Meng Zhuang scite author profile

Coronavirus disease 2019 (COVID-19), caused by severe acute respiratory syndrome coronavirus 2 (SARS-CoV-2), has quickly spread worldwide and has affected more than 10 million individuals. A typical feature of COVID-19 is the suppression of type I and III interferon (IFN)-mediated antiviral immunity. However, the molecular mechanism by which SARS-CoV-2 evades antiviral immunity remains elusive. Here, we reported that the SARS-CoV-2 membrane (M) protein inhibits the production of type I and III IFNs induced by the cytosolic dsRNA-sensing pathway mediated by RIG-I/MDA-5–MAVS signaling. In addition, the SARS-CoV-2 M protein suppresses type I and III IFN induction stimulated by SeV infection or poly (I:C) transfection.
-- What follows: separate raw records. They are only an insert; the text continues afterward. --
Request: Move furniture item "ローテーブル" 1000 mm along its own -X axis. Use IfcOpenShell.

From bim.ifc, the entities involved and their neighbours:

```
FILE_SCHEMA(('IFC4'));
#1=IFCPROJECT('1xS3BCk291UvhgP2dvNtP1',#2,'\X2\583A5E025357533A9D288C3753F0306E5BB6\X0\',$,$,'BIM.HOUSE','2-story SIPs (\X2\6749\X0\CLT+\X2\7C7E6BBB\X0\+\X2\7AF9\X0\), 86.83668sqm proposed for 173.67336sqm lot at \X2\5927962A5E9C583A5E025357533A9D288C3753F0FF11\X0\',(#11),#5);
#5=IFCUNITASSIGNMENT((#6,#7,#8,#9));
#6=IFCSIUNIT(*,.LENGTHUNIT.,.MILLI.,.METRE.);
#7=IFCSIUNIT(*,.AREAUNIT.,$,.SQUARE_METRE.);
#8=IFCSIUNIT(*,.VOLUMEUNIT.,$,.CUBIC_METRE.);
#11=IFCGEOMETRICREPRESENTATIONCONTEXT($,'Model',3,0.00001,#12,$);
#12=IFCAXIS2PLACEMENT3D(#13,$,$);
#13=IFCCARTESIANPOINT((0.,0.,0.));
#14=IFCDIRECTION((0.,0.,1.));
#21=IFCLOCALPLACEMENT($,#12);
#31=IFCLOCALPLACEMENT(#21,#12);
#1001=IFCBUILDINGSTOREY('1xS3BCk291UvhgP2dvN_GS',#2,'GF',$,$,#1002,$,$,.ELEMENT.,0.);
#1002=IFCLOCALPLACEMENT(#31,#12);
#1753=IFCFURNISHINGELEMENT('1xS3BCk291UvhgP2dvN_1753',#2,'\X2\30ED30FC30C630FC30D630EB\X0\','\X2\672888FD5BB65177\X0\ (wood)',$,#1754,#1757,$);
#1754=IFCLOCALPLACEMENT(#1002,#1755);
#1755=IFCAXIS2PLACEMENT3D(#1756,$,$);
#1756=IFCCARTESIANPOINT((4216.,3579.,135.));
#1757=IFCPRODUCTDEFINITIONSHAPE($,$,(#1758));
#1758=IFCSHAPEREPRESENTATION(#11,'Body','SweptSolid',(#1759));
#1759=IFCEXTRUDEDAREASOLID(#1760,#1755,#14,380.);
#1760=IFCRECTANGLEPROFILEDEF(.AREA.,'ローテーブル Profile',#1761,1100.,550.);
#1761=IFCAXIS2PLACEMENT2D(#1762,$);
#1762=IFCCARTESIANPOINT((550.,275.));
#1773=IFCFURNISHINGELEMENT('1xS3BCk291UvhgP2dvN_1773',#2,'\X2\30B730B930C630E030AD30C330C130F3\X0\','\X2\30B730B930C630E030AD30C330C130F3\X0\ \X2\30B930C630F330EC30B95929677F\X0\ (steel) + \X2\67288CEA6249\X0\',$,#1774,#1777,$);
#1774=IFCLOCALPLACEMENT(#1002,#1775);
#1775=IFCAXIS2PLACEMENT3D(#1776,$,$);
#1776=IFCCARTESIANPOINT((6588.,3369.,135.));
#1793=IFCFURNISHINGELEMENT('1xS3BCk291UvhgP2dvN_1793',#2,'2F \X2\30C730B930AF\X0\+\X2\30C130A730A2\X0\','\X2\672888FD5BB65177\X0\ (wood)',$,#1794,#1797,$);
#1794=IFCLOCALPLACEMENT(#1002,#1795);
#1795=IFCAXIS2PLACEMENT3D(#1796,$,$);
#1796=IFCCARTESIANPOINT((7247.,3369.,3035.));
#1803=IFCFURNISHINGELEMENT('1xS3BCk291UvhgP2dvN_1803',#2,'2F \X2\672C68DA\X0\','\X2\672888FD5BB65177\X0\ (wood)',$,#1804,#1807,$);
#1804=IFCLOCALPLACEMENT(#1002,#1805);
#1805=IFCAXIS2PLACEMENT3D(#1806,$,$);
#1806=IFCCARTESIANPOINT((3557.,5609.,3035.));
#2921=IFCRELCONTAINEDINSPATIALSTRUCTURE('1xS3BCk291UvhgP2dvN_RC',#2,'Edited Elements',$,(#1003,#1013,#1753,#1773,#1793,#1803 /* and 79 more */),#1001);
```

```python
import ifcopenshell
import ifcopenshell.api.geometry
import ifcopenshell.util.placement

model = ifcopenshell.open("bim.ifc")

item = model.by_guid("1xS3BCk291UvhgP2dvN_1753")
matrix = ifcopenshell.util.placement.get_local_placement(item.ObjectPlacement)
matrix[:3, 3] -= matrix[:3, 0] * 1000.0
ifcopenshell.api.geometry.edit_object_placement(model, product=item, matrix=matrix, is_si=False)

print(ifcopenshell.util.placement.get_local_placement(item.ObjectPlacement).round(3) + 0.0)

model.write("bim-out.ifc")
```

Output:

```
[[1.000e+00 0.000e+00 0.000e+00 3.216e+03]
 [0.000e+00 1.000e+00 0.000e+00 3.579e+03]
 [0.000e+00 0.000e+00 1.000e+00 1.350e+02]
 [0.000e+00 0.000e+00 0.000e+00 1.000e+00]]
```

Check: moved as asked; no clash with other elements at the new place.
Mechanistically, the SARS-CoV-2 M protein interacts with RIG-I, MAVS, and TBK1, thus preventing the formation of the multiprotein complex containing RIG-I, MAVS, TRAF3, and TBK1 and subsequently impeding the phosphorylation, nuclear translocation, and activation of IRF3. Consequently, ectopic expression of the SARS-CoV-2 M protein facilitates the replication of vesicular stomatitis virus. Taken together, these results indicate that the SARS-CoV-2 M protein antagonizes type I and III IFN production by targeting RIG-I/MDA-5 signaling, which subsequently attenuates antiviral immunity and enhances viral replication. This study provides insight into the interpretation of SARS-CoV-2-induced antiviral immune suppression and illuminates the pathogenic mechanism of COVID-19.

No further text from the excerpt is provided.